*What is expected*.
Write out again, exactly, the lines below starting at the one with "#195=IFCINDEXEDPOLYGONALFACE((2,6,8,4));" and ending at the one with "#204=IFCRELAGGREGATES('0000000000000000000015',$,$,$,#9,(#16));".

Task material START

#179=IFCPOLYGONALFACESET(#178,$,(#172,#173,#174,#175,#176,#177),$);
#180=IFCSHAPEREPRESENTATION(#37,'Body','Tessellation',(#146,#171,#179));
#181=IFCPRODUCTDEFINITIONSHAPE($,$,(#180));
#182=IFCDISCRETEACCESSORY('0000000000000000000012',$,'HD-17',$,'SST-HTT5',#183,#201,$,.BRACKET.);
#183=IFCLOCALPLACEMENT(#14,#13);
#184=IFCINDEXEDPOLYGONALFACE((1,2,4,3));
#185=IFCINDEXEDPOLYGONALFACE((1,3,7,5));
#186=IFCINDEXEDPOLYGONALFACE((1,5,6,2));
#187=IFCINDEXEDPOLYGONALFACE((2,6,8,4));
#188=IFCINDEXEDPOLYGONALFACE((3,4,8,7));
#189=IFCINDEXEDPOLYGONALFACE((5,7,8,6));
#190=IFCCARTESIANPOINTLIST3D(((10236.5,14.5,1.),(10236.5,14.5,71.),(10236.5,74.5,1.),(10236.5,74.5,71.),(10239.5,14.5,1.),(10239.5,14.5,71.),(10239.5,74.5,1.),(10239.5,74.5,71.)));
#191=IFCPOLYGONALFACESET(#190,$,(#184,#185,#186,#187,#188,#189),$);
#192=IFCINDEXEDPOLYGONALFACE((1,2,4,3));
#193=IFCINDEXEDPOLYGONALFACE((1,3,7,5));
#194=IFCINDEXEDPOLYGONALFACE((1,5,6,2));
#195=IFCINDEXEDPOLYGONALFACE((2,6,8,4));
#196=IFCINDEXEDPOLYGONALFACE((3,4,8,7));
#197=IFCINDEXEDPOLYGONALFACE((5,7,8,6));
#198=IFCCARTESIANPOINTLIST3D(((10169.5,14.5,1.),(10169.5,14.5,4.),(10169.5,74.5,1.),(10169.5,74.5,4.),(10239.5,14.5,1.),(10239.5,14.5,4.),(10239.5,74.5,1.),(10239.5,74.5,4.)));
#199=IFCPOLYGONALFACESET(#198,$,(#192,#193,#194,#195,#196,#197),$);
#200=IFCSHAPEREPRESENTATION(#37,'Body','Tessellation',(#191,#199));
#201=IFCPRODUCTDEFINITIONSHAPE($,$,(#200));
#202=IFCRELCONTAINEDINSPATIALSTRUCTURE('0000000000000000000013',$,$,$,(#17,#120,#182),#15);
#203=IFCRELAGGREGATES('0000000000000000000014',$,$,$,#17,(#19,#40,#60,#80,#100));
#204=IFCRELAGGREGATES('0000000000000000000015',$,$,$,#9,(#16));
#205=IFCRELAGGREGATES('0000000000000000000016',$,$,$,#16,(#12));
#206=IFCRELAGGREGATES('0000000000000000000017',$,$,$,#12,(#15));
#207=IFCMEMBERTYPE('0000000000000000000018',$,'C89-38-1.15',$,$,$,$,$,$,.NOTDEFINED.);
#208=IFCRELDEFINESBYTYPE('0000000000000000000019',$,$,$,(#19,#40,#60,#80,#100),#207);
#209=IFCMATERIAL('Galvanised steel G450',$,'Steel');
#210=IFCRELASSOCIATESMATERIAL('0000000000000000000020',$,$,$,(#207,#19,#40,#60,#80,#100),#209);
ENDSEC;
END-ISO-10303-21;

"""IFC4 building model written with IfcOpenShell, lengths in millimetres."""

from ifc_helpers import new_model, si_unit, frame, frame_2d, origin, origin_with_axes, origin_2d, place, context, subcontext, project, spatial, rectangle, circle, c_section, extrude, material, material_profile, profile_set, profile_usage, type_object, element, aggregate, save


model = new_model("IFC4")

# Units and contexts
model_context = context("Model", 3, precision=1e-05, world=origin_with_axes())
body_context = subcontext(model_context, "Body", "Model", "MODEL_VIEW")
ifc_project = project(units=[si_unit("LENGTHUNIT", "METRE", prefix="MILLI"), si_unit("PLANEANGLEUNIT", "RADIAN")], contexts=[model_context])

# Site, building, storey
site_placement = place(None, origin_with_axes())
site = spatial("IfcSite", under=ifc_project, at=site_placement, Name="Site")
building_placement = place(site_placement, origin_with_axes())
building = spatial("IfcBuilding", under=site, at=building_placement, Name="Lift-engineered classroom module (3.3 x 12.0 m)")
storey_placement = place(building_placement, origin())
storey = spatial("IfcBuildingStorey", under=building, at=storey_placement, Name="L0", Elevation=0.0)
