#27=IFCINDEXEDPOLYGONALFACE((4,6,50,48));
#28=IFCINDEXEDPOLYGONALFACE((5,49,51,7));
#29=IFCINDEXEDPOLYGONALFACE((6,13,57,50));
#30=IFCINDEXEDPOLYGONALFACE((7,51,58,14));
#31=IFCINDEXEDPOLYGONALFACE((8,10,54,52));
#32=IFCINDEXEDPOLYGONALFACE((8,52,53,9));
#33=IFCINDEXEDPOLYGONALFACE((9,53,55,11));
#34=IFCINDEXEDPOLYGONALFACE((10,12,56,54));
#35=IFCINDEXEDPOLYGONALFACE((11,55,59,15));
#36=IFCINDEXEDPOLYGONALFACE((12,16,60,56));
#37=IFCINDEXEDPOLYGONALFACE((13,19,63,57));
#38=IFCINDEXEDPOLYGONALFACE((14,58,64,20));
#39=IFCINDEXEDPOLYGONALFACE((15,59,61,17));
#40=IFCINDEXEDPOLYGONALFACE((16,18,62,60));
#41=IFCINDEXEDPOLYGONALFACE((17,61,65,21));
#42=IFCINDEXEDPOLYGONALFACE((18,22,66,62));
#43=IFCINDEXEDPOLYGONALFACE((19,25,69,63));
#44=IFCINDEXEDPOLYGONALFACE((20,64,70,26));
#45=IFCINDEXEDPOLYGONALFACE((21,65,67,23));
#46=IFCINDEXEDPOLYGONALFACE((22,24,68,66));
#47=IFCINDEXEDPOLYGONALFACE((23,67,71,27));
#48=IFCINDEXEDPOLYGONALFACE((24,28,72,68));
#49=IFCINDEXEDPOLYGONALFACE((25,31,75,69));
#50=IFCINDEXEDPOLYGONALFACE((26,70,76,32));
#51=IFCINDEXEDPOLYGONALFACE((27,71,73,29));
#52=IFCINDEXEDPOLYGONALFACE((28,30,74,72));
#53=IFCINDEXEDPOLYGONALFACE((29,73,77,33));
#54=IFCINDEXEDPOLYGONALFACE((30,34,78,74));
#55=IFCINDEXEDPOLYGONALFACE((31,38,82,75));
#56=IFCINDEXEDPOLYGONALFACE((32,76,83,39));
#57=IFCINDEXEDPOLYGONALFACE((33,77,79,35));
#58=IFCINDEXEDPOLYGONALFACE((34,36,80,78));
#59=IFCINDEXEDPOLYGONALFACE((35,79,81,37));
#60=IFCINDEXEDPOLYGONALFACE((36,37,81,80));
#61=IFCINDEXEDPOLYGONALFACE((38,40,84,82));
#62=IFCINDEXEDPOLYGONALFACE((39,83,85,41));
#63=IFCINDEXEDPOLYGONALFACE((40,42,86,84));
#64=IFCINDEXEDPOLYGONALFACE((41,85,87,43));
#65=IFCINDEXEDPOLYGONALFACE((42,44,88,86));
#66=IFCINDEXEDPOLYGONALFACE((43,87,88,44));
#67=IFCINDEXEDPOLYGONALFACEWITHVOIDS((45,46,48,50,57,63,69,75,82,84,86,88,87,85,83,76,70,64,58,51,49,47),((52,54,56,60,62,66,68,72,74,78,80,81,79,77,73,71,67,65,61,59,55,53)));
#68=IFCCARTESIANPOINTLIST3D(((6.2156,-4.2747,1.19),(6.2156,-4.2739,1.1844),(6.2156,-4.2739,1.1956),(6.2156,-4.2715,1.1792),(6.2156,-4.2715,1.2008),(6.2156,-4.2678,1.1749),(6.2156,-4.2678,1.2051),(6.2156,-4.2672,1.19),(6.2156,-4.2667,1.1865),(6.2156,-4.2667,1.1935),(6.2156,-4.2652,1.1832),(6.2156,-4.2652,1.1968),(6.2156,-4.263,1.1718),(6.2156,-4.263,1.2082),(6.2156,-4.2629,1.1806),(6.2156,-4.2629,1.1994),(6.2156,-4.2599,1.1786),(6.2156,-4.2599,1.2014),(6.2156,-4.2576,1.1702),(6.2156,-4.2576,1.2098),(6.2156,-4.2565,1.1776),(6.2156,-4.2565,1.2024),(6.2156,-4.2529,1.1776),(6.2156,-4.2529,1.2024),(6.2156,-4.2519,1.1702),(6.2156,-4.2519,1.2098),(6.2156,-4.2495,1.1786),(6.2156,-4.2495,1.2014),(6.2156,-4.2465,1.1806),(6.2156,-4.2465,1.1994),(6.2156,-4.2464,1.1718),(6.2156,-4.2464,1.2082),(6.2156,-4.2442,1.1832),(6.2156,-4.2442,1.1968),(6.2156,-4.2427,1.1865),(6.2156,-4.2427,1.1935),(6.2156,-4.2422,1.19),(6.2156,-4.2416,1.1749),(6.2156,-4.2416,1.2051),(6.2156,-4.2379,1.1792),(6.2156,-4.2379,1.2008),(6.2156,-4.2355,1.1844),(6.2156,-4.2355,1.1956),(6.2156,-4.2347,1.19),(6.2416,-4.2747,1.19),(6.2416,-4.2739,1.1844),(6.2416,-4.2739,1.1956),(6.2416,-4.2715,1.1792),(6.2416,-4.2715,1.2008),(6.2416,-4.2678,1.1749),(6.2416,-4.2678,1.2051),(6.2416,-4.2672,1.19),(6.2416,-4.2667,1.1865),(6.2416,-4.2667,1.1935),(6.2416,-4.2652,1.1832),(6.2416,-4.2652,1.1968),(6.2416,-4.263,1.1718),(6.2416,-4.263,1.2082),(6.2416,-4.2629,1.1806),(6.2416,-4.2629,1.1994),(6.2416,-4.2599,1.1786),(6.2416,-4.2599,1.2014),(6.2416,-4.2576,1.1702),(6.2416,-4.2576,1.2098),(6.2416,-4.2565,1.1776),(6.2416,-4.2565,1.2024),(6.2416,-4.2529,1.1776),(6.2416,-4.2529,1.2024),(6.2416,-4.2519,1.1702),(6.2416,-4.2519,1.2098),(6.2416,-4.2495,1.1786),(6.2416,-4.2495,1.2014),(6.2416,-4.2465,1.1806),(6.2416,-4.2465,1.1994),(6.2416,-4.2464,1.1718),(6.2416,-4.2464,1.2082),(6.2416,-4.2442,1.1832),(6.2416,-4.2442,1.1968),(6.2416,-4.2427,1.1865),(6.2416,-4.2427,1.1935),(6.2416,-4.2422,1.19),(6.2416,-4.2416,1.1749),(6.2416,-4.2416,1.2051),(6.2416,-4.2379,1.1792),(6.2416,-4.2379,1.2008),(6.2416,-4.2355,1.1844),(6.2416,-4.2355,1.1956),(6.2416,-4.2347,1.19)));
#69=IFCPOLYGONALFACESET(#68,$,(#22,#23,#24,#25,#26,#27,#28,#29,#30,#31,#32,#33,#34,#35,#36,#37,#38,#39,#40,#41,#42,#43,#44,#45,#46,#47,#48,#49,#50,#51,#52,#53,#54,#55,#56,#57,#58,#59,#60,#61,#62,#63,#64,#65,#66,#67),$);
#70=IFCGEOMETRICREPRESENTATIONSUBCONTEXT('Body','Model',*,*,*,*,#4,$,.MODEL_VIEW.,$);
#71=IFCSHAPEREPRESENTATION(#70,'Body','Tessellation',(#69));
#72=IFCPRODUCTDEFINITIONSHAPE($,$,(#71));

Task material END
Task material START

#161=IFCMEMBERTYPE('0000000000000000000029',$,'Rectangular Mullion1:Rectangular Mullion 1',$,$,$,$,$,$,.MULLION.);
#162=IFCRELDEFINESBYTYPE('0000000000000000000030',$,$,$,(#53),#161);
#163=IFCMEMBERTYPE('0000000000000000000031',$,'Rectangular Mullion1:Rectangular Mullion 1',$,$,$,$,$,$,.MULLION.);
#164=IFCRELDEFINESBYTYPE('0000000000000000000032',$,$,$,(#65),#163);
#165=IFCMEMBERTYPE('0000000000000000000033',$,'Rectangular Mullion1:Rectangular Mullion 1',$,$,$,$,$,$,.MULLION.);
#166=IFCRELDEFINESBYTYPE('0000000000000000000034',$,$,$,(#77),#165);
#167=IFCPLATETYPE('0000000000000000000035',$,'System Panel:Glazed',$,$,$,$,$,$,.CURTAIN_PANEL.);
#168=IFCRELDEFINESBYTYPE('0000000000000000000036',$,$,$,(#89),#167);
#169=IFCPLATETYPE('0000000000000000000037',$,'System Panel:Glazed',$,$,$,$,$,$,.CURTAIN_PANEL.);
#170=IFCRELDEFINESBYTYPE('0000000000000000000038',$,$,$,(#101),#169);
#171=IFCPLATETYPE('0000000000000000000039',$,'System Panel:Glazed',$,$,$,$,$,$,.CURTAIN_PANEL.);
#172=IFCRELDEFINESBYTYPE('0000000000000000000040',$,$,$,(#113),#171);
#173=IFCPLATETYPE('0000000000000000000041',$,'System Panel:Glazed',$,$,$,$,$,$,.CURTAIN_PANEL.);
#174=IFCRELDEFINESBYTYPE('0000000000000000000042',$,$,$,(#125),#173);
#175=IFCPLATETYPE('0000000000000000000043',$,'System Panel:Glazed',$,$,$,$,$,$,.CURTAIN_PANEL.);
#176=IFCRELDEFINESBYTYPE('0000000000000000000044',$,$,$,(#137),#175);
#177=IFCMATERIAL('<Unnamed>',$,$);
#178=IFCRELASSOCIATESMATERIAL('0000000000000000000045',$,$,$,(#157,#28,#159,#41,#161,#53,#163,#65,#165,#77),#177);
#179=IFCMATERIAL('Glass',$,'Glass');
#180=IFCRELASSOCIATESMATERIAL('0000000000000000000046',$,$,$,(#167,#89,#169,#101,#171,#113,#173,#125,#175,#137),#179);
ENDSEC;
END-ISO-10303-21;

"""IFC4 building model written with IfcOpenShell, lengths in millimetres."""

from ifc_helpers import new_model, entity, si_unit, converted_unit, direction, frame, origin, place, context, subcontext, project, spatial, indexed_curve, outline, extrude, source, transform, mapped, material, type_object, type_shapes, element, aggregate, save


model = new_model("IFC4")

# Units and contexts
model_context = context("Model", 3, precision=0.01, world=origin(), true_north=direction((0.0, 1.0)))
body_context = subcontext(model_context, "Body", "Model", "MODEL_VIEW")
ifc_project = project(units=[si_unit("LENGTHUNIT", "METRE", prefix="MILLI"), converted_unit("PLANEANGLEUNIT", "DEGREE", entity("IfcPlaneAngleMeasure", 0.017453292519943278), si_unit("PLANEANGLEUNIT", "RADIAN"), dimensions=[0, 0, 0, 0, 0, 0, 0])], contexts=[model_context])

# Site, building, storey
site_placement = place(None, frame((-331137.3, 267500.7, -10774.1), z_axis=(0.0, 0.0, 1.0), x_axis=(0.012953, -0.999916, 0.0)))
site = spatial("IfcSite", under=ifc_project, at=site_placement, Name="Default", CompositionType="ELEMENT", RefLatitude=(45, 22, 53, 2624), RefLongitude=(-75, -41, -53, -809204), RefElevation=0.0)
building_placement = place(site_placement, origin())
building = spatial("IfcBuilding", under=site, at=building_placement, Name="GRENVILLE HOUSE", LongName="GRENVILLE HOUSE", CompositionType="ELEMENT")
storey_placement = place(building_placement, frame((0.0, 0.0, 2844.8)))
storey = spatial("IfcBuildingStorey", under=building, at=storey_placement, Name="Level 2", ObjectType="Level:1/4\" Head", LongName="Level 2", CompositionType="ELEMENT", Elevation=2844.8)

Task material END

*Your response*.
#195=IFCINDEXEDPOLYGONALFACE((2,6,8,4));
#196=IFCINDEXEDPOLYGONALFACE((3,4,8,7));
#197=IFCINDEXEDPOLYGONALFACE((5,7,8,6));
#198=IFCCARTESIANPOINTLIST3D(((10169.5,14.5,1.),(10169.5,14.5,4.),(10169.5,74.5,1.),(10169.5,74.5,4.),(10239.5,14.5,1.),(10239.5,14.5,4.),(10239.5,74.5,1.),(10239.5,74.5,4.)));
#199=IFCPOLYGONALFACESET(#198,$,(#192,#193,#194,#195,#196,#197),$);
#200=IFCSHAPEREPRESENTATION(#37,'Body','Tessellation',(#191,#199));
#201=IFCPRODUCTDEFINITIONSHAPE($,$,(#200));
#202=IFCRELCONTAINEDINSPATIALSTRUCTURE('0000000000000000000013',$,$,$,(#17,#120,#182),#15);
#203=IFCRELAGGREGATES('0000000000000000000014',$,$,$,#17,(#19,#40,#60,#80,#100));
#204=IFCRELAGGREGATES('0000000000000000000015',$,$,$,#9,(#16));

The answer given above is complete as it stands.